--- MATERIAL SHOWN ---
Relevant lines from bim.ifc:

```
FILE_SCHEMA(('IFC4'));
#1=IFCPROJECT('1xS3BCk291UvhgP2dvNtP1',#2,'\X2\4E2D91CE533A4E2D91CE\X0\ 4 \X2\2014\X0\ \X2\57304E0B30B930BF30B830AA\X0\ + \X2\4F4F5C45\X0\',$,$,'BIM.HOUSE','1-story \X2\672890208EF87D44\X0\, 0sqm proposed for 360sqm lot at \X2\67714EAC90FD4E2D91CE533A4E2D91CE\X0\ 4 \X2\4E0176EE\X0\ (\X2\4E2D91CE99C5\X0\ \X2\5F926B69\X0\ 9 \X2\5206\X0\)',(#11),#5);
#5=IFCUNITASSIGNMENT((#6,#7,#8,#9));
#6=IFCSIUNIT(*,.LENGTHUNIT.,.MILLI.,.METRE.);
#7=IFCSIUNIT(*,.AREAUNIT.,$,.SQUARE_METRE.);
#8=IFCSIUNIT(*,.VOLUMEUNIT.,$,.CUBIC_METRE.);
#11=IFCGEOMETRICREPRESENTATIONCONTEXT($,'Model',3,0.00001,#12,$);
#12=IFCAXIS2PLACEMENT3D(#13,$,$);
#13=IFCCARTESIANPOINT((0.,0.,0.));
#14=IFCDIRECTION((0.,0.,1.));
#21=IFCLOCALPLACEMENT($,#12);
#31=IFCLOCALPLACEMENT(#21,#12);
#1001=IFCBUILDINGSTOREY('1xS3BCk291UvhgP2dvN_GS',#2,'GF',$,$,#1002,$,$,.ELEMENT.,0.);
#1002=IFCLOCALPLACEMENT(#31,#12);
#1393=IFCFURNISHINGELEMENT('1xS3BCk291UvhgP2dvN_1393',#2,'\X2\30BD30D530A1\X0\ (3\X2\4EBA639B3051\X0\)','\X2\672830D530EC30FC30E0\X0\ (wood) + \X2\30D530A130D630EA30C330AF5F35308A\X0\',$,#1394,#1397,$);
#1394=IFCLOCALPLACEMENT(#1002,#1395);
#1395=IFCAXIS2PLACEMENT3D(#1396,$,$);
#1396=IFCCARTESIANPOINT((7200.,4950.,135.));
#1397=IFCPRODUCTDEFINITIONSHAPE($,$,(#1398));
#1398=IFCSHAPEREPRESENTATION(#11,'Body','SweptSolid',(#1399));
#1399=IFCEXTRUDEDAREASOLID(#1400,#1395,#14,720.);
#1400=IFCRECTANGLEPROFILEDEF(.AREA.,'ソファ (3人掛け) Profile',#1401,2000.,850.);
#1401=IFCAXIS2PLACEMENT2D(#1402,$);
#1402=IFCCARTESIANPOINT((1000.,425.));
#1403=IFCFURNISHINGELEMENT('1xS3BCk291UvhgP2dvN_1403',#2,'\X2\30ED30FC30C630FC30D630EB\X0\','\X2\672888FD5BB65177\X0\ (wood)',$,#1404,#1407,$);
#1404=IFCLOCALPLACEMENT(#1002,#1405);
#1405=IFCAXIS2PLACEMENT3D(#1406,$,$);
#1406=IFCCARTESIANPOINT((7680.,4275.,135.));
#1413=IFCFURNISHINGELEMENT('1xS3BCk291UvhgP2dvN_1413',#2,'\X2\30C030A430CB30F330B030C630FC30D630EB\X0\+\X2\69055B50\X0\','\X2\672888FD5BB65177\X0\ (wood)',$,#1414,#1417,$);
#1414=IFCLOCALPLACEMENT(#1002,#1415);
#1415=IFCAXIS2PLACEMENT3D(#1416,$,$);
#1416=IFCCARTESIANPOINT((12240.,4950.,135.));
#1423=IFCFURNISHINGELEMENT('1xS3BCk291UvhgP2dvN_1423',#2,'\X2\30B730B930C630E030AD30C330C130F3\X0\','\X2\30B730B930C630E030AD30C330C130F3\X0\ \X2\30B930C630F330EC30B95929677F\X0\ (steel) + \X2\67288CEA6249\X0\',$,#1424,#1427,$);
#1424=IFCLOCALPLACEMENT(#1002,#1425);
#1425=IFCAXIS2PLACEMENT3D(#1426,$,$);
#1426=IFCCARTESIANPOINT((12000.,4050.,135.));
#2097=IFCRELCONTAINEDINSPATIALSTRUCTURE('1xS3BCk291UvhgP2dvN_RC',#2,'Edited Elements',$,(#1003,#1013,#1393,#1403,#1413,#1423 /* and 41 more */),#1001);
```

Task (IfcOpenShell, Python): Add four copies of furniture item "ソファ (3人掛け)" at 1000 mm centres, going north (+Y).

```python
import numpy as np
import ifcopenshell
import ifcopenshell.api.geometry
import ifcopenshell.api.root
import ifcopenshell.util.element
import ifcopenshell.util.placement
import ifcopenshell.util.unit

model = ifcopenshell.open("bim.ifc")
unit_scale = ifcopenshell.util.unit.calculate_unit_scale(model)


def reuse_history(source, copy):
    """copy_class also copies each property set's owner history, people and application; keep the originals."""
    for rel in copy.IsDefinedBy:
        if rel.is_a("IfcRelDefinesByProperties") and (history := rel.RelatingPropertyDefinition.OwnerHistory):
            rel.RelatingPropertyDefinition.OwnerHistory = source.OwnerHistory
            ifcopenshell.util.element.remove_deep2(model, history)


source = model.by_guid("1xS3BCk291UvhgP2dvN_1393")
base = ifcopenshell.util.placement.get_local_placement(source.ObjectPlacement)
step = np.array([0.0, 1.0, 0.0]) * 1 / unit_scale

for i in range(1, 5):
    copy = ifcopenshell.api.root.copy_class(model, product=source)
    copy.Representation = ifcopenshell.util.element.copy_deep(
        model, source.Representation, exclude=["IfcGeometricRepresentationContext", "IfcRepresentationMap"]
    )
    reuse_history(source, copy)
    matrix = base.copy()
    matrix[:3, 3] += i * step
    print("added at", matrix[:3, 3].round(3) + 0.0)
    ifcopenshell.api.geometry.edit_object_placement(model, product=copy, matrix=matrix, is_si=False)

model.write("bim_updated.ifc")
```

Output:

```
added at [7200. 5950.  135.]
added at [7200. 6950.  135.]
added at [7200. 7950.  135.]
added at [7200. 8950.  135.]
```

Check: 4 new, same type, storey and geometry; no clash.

* * *

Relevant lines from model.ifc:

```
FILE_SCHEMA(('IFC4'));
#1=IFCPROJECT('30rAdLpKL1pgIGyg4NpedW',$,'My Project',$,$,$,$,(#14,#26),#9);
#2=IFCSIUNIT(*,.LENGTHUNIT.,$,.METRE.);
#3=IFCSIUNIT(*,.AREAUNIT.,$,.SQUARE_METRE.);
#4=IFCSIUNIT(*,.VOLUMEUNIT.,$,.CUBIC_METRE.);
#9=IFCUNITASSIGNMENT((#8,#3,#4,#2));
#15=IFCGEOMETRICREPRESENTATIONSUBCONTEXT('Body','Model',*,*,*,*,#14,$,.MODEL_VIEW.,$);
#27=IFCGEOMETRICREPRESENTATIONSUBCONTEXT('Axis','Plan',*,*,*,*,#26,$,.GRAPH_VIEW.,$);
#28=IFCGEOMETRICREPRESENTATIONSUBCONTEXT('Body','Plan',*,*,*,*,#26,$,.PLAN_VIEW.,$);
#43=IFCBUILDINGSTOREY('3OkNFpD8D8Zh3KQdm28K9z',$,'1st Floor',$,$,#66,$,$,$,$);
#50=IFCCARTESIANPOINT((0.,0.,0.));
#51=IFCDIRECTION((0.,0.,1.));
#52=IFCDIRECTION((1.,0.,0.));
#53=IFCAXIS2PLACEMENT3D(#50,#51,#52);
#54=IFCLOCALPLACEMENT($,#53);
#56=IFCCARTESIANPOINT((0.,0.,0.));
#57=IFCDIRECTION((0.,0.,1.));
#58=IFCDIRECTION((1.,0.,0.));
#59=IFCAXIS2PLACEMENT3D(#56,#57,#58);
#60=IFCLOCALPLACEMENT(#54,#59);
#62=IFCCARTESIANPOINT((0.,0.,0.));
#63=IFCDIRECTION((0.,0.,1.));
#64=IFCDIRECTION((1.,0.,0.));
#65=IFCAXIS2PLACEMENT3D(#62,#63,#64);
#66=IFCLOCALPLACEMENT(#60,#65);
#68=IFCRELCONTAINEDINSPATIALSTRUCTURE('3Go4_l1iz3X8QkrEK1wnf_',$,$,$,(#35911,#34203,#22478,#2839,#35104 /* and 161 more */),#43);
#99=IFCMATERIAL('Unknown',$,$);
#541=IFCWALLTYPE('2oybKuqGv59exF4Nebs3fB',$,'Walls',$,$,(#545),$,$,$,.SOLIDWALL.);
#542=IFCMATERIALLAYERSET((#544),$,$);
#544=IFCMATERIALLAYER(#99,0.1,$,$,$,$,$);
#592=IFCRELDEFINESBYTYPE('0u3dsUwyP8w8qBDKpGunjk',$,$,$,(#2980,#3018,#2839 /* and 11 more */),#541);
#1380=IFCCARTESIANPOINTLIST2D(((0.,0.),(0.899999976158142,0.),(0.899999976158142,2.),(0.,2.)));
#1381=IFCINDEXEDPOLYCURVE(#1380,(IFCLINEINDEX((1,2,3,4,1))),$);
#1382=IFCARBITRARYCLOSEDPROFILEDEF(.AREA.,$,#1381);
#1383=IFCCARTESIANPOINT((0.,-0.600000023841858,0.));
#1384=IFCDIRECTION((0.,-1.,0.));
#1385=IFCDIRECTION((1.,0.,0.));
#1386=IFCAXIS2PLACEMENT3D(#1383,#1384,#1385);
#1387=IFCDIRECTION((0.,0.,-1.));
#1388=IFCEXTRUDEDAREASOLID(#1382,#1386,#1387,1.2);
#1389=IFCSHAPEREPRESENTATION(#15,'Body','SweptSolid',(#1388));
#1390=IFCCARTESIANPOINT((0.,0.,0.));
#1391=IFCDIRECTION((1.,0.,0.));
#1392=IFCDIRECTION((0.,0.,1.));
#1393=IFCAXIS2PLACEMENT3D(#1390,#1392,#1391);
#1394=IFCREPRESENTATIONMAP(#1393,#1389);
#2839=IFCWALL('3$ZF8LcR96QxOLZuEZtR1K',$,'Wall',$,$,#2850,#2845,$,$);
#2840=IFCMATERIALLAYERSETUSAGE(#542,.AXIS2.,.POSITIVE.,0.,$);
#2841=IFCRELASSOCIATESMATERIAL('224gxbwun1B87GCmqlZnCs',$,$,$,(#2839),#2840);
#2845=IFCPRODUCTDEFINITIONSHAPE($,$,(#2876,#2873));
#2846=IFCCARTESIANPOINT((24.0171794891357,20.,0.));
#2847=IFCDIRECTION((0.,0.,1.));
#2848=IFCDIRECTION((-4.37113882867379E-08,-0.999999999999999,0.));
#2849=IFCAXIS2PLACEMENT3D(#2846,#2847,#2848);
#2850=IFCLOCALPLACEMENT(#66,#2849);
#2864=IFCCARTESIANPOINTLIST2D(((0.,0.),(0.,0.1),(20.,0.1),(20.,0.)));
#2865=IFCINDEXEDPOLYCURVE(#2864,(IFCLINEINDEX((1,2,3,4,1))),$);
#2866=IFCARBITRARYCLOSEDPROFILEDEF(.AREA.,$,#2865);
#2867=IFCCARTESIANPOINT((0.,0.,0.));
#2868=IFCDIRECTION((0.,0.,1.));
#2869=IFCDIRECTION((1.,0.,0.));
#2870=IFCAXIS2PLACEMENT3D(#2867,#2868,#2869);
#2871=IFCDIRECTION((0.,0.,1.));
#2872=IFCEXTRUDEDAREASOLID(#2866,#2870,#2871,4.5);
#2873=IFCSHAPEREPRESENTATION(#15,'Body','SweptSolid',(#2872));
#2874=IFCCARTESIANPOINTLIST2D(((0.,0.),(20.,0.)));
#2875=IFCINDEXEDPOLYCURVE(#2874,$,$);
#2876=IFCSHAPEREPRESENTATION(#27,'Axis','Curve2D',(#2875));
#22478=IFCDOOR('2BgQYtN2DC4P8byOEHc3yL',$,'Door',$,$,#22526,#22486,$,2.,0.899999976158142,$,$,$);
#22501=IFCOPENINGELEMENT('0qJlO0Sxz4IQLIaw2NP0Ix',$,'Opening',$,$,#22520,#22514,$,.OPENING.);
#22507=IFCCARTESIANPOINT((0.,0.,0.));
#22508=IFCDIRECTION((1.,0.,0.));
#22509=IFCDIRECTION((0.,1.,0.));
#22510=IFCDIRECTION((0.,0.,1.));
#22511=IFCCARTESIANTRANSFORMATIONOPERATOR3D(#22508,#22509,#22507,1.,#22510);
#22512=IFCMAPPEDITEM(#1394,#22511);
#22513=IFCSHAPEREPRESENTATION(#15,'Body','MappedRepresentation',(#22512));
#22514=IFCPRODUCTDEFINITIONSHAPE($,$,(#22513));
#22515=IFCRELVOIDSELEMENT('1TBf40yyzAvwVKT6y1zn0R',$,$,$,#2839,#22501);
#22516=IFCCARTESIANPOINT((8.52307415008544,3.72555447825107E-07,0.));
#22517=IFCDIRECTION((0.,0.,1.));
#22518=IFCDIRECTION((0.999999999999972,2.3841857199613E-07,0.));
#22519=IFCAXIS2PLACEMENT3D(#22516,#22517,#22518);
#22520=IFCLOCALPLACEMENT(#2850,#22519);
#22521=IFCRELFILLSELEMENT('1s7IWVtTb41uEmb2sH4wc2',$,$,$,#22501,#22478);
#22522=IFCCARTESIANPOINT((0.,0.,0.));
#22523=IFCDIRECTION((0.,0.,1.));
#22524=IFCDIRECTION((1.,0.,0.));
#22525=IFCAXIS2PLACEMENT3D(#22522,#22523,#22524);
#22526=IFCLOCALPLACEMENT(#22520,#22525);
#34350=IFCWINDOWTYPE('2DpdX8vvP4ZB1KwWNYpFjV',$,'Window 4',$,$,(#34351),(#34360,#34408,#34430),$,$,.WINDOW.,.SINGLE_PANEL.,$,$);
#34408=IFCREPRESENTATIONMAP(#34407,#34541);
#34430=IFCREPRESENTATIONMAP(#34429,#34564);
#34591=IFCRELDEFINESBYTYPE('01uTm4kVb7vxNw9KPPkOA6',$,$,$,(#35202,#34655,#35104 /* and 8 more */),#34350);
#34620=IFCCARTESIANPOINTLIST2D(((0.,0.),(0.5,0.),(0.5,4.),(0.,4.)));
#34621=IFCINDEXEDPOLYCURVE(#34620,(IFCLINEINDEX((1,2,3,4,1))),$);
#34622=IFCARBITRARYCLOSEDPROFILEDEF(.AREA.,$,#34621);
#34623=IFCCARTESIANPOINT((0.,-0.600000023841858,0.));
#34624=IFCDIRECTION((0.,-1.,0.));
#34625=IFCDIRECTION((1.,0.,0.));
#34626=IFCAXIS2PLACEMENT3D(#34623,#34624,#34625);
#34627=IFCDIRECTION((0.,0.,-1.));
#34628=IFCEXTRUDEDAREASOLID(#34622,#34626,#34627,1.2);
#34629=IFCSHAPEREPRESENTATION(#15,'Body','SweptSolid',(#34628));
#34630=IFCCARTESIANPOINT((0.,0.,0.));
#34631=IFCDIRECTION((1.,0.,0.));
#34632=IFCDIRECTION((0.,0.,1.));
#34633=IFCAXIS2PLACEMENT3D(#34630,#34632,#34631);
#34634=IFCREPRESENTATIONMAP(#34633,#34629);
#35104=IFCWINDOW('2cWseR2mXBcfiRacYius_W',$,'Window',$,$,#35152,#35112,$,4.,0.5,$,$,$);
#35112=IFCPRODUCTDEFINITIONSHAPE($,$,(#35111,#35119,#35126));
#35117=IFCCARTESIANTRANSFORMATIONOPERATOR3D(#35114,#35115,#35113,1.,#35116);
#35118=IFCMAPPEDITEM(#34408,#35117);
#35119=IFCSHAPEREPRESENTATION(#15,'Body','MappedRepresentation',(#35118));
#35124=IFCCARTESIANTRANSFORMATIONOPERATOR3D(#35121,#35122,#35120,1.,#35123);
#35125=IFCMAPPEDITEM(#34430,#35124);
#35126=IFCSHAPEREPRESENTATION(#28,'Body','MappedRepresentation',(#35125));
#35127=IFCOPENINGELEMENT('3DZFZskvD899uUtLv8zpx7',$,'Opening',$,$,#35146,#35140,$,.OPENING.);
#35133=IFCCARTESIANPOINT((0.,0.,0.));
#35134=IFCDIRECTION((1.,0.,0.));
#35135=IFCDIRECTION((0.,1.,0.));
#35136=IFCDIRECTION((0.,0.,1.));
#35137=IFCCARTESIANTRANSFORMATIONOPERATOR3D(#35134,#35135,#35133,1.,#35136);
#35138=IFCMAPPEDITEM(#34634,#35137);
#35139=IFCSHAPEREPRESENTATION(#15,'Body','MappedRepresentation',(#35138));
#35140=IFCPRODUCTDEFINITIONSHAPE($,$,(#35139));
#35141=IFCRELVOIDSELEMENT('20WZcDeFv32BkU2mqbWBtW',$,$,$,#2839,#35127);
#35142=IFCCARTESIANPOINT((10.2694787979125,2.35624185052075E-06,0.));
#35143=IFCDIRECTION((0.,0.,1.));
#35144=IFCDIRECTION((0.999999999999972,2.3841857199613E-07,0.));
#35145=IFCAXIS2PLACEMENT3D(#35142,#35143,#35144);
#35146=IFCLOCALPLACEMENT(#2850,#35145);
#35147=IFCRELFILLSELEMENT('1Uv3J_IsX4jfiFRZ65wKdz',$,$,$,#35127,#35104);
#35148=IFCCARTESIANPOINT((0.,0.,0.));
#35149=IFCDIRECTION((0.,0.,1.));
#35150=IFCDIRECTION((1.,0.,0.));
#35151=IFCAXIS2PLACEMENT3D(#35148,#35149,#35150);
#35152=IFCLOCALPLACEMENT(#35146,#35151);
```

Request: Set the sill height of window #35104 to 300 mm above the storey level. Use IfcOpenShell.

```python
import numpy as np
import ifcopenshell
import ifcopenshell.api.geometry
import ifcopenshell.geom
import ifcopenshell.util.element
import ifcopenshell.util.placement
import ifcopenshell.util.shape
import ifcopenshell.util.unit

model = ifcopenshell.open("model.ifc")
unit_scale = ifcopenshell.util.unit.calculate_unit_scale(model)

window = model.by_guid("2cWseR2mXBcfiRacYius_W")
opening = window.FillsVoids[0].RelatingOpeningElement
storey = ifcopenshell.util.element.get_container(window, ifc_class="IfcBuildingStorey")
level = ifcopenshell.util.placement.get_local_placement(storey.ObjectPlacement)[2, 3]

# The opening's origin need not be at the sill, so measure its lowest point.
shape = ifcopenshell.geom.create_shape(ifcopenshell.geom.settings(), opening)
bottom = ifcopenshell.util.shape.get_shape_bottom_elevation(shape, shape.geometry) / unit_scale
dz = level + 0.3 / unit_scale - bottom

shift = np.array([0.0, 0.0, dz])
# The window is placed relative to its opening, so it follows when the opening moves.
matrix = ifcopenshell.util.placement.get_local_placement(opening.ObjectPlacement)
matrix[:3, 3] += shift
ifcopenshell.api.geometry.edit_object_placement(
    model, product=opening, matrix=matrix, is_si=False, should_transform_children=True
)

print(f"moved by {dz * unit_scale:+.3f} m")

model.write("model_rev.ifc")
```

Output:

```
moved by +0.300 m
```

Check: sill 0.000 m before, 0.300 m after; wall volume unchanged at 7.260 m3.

--- ACTIVITY ---
Scan the entries above for the word "VOLUMEUNIT" and collect each line holding it.

--- THE ANSWER ---
#8=IFCSIUNIT(*,.VOLUMEUNIT.,$,.CUBIC_METRE.);
#4=IFCSIUNIT(*,.VOLUMEUNIT.,$,.CUBIC_METRE.);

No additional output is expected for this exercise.